Unrealized gains and losses, net of tax, are included in accumulated other comprehensive income. We regularly
review our investment portfolio to identify and evaluate investments that have indications of impairment. Factors
considered in determining whether a loss is other-than-temporary include: the length of time and extent to which
the fair value has been lower than the cost basis, the financial condition and near-term prospects of the investee,
credit quality, likelihood of recovery, and our ability to hold the investment for a period of time sufficient to
allow for any anticipated recovery in market value.
Debt. Our debt has included senior unsecured notes, convertible senior notes, and a revolving credit
facility. Our senior unsecured notes are recorded at cost based upon par value at issuance less discounts. The
discount associated with our senior unsecured notes represents the amount by which the face value exceeds the
issuance price. The discount and issuance costs (recognized initially in the other long-term assets) are amortized
using the effective interest rate method over the term of the debt as a non-cash charge to interest expense.

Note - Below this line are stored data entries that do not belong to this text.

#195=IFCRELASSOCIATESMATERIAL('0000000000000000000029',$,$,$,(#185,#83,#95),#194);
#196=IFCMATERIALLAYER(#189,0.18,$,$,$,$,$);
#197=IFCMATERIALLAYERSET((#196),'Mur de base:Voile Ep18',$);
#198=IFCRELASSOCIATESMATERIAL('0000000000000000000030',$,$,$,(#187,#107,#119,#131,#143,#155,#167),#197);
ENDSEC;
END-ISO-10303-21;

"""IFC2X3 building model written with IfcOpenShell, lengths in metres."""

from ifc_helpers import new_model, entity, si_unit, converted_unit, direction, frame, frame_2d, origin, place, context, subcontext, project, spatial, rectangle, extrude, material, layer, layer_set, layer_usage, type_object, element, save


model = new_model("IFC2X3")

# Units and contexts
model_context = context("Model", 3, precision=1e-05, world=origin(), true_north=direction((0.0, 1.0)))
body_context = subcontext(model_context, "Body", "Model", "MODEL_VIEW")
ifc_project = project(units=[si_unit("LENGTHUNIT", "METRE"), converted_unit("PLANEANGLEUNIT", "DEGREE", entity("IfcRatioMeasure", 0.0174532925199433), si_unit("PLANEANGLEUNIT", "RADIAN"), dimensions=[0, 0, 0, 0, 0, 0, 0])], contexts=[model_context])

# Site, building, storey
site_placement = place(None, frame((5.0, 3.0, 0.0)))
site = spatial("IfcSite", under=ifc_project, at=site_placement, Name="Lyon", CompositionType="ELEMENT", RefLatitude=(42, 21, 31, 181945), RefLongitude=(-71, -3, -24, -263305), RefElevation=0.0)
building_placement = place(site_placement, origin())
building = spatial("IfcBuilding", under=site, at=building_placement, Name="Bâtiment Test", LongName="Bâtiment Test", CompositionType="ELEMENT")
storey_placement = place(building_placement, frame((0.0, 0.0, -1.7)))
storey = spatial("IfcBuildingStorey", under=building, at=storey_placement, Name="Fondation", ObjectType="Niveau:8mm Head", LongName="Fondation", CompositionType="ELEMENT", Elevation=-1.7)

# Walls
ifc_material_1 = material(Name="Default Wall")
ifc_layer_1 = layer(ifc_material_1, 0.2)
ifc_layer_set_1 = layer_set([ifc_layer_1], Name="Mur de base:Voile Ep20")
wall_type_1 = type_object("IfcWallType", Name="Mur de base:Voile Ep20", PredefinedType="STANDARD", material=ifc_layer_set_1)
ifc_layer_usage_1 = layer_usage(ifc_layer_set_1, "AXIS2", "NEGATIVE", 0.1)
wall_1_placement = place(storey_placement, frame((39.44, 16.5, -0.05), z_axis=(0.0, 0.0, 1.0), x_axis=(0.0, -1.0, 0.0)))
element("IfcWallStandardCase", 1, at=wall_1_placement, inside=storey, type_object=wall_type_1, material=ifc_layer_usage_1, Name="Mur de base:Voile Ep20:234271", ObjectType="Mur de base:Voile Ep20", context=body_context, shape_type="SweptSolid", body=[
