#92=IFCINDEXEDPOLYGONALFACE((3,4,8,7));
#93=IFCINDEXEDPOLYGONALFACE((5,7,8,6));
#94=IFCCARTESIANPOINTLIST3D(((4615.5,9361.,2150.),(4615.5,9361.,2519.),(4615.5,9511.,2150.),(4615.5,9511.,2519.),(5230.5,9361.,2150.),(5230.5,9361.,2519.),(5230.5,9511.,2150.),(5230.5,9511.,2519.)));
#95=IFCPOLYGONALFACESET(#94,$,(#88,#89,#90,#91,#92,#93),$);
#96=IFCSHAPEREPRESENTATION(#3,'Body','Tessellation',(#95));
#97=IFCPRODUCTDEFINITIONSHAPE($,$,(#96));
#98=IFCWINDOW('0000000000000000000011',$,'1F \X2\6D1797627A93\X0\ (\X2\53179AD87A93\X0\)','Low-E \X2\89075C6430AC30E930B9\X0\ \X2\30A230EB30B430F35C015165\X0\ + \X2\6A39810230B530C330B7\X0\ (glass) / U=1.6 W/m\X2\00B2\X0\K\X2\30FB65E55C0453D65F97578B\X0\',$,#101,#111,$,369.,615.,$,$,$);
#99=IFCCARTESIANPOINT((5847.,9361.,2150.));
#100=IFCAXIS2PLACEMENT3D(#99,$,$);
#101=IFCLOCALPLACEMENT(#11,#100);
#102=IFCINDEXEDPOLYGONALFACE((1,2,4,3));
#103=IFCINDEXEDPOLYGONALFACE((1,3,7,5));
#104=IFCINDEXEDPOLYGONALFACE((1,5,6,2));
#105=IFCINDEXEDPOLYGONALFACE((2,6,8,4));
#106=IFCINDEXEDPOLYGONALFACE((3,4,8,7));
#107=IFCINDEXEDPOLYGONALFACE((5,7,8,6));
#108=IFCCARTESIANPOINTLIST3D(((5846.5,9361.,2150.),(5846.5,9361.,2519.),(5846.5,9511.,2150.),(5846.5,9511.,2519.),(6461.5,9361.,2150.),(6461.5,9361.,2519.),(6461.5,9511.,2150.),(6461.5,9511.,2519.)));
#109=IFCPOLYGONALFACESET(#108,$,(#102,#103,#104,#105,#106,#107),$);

Borrowings under our $1.0 billion senior unsecured revolving credit facility (“credit facility”) would be
recognized at cost plus accrued interest based upon stated interest rates.
Trade accounts receivable
Trade accounts receivable are recorded at the invoiced amount and are not interest bearing. We maintain an
allowance for doubtful accounts to reserve for potentially uncollectible trade receivables. Additions to the
allowance for doubtful accounts are recorded as general and administrative expenses. We review our trade
receivables by aging category to identify specific customers with known disputes or collectability issues. In
addition, we maintain an allowance for all other receivables not included in the specific reserve by applying
specific percentages of projected uncollectible receivables to the various aging categories. In determining these
percentages, we analyze our historical collection experience and current economic trends. We exercise judgment
when determining the adequacy of these reserves as we evaluate historical bad debt trends, general economic
conditions in the U.S. and internationally, and changes in customer financial conditions. We also offset deferred
revenue against accounts receivable when channel inventories are in excess of specified levels and for
transactions where collection of a receivable is not considered probable.